Correctness Verification of Neural Networks Approximating Differential Equations
Petros Ellinas, Rahul Nellikath, Ignasi Ventura, Jochen Stiasny, Spyros Chatzivasileiadis
TL;DR
This work tackles the problem of providing correctness guarantees for neural networks that approximate PDE solutions, addressing the challenge of unknown output domains and non-differentiable activations. It combines a finite-difference representation of NN derivatives with bound propagation (CROWN) and a Branch-and-Bound framework enhanced by Gradient Attack-based termination to achieve complete correctness verification. The approach yields rigorous bounds on PDE residuals and initial-value problem error propagation, enabling (i) IVP error bounding and (ii) evaluation of PINN-based PDE solvers against classical benchmarks such as Burgers and Schrödinger equations. The results demonstrate improved convergence over existing tools in IVP settings while highlighting limitations due to activation choices and domain complexity, pointing to future work on monotonicity-based pruning and tighter bounds.

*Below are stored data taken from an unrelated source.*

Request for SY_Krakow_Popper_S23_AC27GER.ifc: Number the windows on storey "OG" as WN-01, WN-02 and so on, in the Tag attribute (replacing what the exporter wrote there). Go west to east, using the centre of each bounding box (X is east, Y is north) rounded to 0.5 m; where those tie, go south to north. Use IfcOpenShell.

First a look at what the model holds.

```python
import ifcopenshell
import ifcopenshell.util.element
import ifcopenshell.util.placement

model = ifcopenshell.open("SY_Krakow_Popper_S23_AC27GER.ifc")
print(model.schema)
storey = next(s for s in model.by_type("IfcBuildingStorey") if s.Name == "OG")
windows = [e for e in ifcopenshell.util.element.get_decomposition(storey) if e.is_a("IfcWindow")]
for e in sorted(windows, key=lambda e: e.id()):
    origin = ifcopenshell.util.placement.get_local_placement(e.ObjectPlacement)[:3, 3]
    print(e.id(), e.Tag, e.Name, origin.round(2) + 0.0, sep=" | ")
```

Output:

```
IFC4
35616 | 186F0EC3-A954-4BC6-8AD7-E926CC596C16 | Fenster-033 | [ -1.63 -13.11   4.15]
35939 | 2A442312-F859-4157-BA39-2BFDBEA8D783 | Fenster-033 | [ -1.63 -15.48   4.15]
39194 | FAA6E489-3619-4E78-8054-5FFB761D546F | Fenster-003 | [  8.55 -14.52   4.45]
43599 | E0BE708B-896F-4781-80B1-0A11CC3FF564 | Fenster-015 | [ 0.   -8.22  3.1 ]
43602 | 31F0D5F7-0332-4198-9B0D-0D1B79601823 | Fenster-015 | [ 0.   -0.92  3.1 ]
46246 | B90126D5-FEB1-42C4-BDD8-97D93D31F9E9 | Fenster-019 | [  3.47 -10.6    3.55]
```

```python
import ifcopenshell
import ifcopenshell.geom
import ifcopenshell.util.element
import ifcopenshell.util.shape

model = ifcopenshell.open("SY_Krakow_Popper_S23_AC27GER.ifc")
settings = ifcopenshell.geom.settings()
settings.set("use-world-coords", True)


def centre(element):
    shape = ifcopenshell.geom.create_shape(settings, element)
    return ifcopenshell.util.shape.get_bbox_centroid(shape.geometry)


storey = next(s for s in model.by_type("IfcBuildingStorey") if s.Name == "OG")
windows = [e for e in ifcopenshell.util.element.get_decomposition(storey) if e.is_a("IfcWindow")]

# Insertion points can sit at a corner or the storey origin, so sort by the geometry (in metres).
centres = {e: centre(e) for e in windows}
windows.sort(key=lambda e: (round(centres[e][0] / 0.5), centres[e][1]))

for i, e in enumerate(windows, start=1):
    number = f"WN-{i:02d}"
    e.Tag = number
    print(e.id(), number)

model.write("SY_Krakow_Popper_S23_AC27GER_rev.ifc")
```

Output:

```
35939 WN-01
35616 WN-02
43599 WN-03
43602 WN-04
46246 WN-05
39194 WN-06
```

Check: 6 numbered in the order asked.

Overall, the framework advances trustworthy deployment of PINNs in safety-critical simulations by providing verifiable guarantees on approximation quality.
Abstract
Verification of Neural Networks (NNs) that approximate the solution of Partial Differential Equations (PDEs) is a major milestone towards enhancing their trustworthiness and accelerating their deployment, especially for safety-critical systems. If successful, such NNs can become integral parts of simulation software tools which can accelerate the simulation of complex dynamic systems more than 100 times. However, the verification of these functions poses major challenges; it is not straightforward how to efficiently bound them or how to represent the derivative of the NN. This work addresses both these problems. First, we define the NN derivative as a finite difference approximation. Then, we formulate the PDE residual bounding problem alongside the Initial Value Problem's error propagation. Finally, for the first time, we tackle the problem of bounding an NN function without a priori knowledge of the output domain. For this, we build a parallel branching algorithm that combines the incomplete CROWN solver and Gradient Attack for termination and domain rejection conditions. We demonstrate the strengths and weaknesses of the proposed framework, and we suggest further work to enhance its efficiency.